A calibration plot charts the predicted (x-axis) versus the true observed probabilities (y-axis, labeled outcomes) for the primary outcome. The concept is to evaluate the average predicted probability that corresponds with the true predicted probability for binned predictions (that is, a probability of 0.80 to 0.89 is one bin) and gives a certain confidence on the prediction (or the reliability of the algorithm) [32]. A perfect calibration plot has an intercept of 0 (< 0 reflects overestimation and > 0 reflects underestimating the probability of the outcome) and a slope of 1 (model is performing similarly in training and test sets) [38, 40]. In a small dataset, the slope is often < 1, reflecting model overfitting; probabilities are too extreme (low probability too low; high probability too high) [37].
The Brier score calculates a composite of discrimination and calibration, with 0 indicating perfect prediction and a Brier score of 1 representing the poorest prediction. The null-model Brier score (a score that equals the probability of delirium in the dataset) was used to benchmark the algorithm’s Brier score. A Brier score lower than the null-model Brier score indicates superior performance of the model to this null benchmark. Perfect models would have a Brier score of 0 [38].

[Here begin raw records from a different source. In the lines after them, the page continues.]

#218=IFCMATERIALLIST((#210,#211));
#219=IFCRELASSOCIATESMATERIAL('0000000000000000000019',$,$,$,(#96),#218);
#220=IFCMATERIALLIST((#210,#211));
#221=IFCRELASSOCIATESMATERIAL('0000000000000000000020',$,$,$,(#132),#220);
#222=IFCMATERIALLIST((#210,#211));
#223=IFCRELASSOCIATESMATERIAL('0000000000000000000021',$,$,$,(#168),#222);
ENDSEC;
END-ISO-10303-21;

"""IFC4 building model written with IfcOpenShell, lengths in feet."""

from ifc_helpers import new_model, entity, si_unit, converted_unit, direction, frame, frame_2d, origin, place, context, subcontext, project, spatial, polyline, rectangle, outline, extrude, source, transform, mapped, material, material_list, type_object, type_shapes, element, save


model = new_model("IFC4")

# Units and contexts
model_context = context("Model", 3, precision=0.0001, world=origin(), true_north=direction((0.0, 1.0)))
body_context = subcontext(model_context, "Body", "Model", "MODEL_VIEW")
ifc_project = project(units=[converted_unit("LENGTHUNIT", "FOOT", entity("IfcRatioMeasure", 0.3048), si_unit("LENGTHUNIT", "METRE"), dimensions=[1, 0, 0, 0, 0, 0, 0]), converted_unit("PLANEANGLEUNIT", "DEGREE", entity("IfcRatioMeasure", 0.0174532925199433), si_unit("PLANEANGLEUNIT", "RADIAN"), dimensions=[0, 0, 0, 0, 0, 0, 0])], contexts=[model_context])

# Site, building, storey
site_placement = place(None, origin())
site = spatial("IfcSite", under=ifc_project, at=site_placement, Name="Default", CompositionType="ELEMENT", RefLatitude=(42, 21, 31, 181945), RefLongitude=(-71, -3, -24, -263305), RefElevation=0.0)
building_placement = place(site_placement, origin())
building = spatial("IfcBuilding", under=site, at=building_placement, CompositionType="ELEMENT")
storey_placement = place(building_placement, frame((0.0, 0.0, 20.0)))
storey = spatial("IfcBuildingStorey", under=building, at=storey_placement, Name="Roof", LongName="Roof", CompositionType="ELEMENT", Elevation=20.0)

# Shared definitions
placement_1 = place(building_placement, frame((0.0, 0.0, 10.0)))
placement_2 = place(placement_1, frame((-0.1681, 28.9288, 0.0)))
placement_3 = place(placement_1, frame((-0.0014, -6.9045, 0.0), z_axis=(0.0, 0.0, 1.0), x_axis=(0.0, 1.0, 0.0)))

In addition, we undertook a decision curve analysis to investigate the net benefit (weighted average of true positives and false positives, formula = sensitivity x prevalence – (1 – specificity) x (1 – prevalence) x odds at the threshold probability) of the conducted algorithms over the range of risk thresholds for clinical decision-making [43]. With threshold probability we refer to the probability that an algorithm ranks a positive outcome over a negative outcome. If the threshold is set at 0.5, then patients with a probability > 0.5 are classified as positive and < 0.5 are classified as negative. If the threshold is set at 0.8, then patients with a probability > 0.8 are classified as positive and < 0.8 are classified as negative. The decision curve of the model is compared with decision curves of treating everyone as being at risk for postoperative delirium and treating no one as being at risk for postoperative delirium.

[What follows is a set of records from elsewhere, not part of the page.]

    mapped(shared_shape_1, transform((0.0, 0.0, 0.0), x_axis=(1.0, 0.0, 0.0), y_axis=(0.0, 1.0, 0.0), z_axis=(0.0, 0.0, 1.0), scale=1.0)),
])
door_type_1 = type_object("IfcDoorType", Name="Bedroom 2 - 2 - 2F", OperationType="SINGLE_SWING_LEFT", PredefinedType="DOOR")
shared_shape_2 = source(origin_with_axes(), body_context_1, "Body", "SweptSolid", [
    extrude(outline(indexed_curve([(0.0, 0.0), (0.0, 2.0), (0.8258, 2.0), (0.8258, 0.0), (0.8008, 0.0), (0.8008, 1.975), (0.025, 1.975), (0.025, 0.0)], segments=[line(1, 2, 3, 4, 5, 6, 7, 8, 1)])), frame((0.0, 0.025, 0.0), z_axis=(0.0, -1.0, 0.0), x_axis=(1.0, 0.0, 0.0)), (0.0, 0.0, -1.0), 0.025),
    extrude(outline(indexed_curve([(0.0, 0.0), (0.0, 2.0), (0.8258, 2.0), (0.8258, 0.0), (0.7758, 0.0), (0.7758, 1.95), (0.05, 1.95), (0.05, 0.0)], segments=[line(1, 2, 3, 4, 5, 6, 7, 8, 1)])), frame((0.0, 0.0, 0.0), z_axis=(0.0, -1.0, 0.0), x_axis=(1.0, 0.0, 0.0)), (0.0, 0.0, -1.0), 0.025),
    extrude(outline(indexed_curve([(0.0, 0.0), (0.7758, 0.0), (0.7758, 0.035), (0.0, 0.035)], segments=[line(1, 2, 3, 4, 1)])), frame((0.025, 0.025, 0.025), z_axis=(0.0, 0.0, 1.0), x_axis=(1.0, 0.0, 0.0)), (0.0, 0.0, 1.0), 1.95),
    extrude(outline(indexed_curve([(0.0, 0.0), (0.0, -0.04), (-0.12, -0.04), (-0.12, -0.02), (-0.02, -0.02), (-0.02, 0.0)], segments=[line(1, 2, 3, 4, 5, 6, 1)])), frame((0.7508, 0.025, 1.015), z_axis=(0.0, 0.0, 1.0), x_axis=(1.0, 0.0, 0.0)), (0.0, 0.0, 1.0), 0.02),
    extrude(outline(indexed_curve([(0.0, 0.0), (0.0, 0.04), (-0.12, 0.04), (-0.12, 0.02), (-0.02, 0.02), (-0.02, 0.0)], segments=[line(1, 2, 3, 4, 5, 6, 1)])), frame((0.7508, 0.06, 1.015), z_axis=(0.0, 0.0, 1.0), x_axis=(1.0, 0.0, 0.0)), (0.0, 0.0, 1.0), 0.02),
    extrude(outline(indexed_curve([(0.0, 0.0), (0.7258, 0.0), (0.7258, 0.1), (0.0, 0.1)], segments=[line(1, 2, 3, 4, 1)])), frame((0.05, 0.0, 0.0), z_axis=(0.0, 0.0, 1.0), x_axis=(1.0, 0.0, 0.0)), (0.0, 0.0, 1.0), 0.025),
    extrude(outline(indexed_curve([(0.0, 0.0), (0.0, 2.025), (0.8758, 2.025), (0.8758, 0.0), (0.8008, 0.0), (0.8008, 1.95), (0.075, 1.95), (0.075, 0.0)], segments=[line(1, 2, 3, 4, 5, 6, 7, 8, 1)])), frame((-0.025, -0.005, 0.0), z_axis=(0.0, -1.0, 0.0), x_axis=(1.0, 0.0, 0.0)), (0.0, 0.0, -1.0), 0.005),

Baseline characteristics are presented as percentages and frequencies for dichotomous and categorical variables and median with interquartile range for continuous variables. Baseline characteristics in the developmental and validation cohort were compared using a bivariate analysis, where a p value of < 0.05 was considered significant. Data preprocessing and analysis were performed using R Version 4.0 (“R: A Language and Environment for Statistical Computing” The R Foundation) and R-studio Version 1.2.1335 (R-Studio).
Internet Application
This clinical prediction model is available in a freely available internet application at https://sorg-apps.shinyapps.io/hipfxdelirium/.
Results
External Validation of SORG Hip Fracture Delirium Algorithm in Australia and New Zealand
The SORG hip fracture delirium algorithm achieved good discrimination in predicting postoperative delirium in hip fracture patients aged 60 years or older in the Australian and New Zealand cohorts. The c-statistic was 0.74 (95% confidence interval [CI] 0.73 to 0.76) (Table 2) and the ROC curve shows the graph of the model performance by plotting the false positive and true negative rates with an area under the curve (AUC) corresponding to the c-statistic with 0.74 (Fig. 1). The calibration plot of the algorithm in the validation cohort showed calibration metrics with an intercept of -0.28 (95% CI -0.35 to -0.21) and a calibration slope of 0.52 (95% CI 0.49 to 0.56) (Fig. 2). The calibration plot was highly accurate in the range of lower predicted probabilities. The Brier score was lower than the respective null-model Brier score (0.22 versus 0.24), indicating good overall performance of the SORG hip fracture delirium algorithm. According to the decision curve analysis, the SORG hip fracture delirium algorithm provided a positive net benefit compared with a strategy of treating all patients or no patients as being at risk of postoperative delirium (Fig. 3). The net benefit can be interpreted as reflecting the balance between a true positive prediction and the harm of a false positive prediction. Seeing no patients as being at risk is always 0 because the model will not predict anyone as being positive. Seeing all patients as being at risk of postoperative delirium will cross y = 0 at the prevalence of the validation cohort (39% in our study) [41]. A risk threshold can be interpreted as follows: with a risk threshold of 20% (1 to 5), each false positive should be weighed by the odds of 5 (the harm-to-benefit ratio). A model is only clinically useful if the net benefit at a certain risk threshold T is higher than treat all or treat no patients. However, there is no single risk threshold that is universally acceptable, and the choice of a clinically appropriate threshold should not depend on the result of a decision curve analysis [21].
Table 2.
Model performance assessment on external validation in the Australian-New Zealand database (n = 6270)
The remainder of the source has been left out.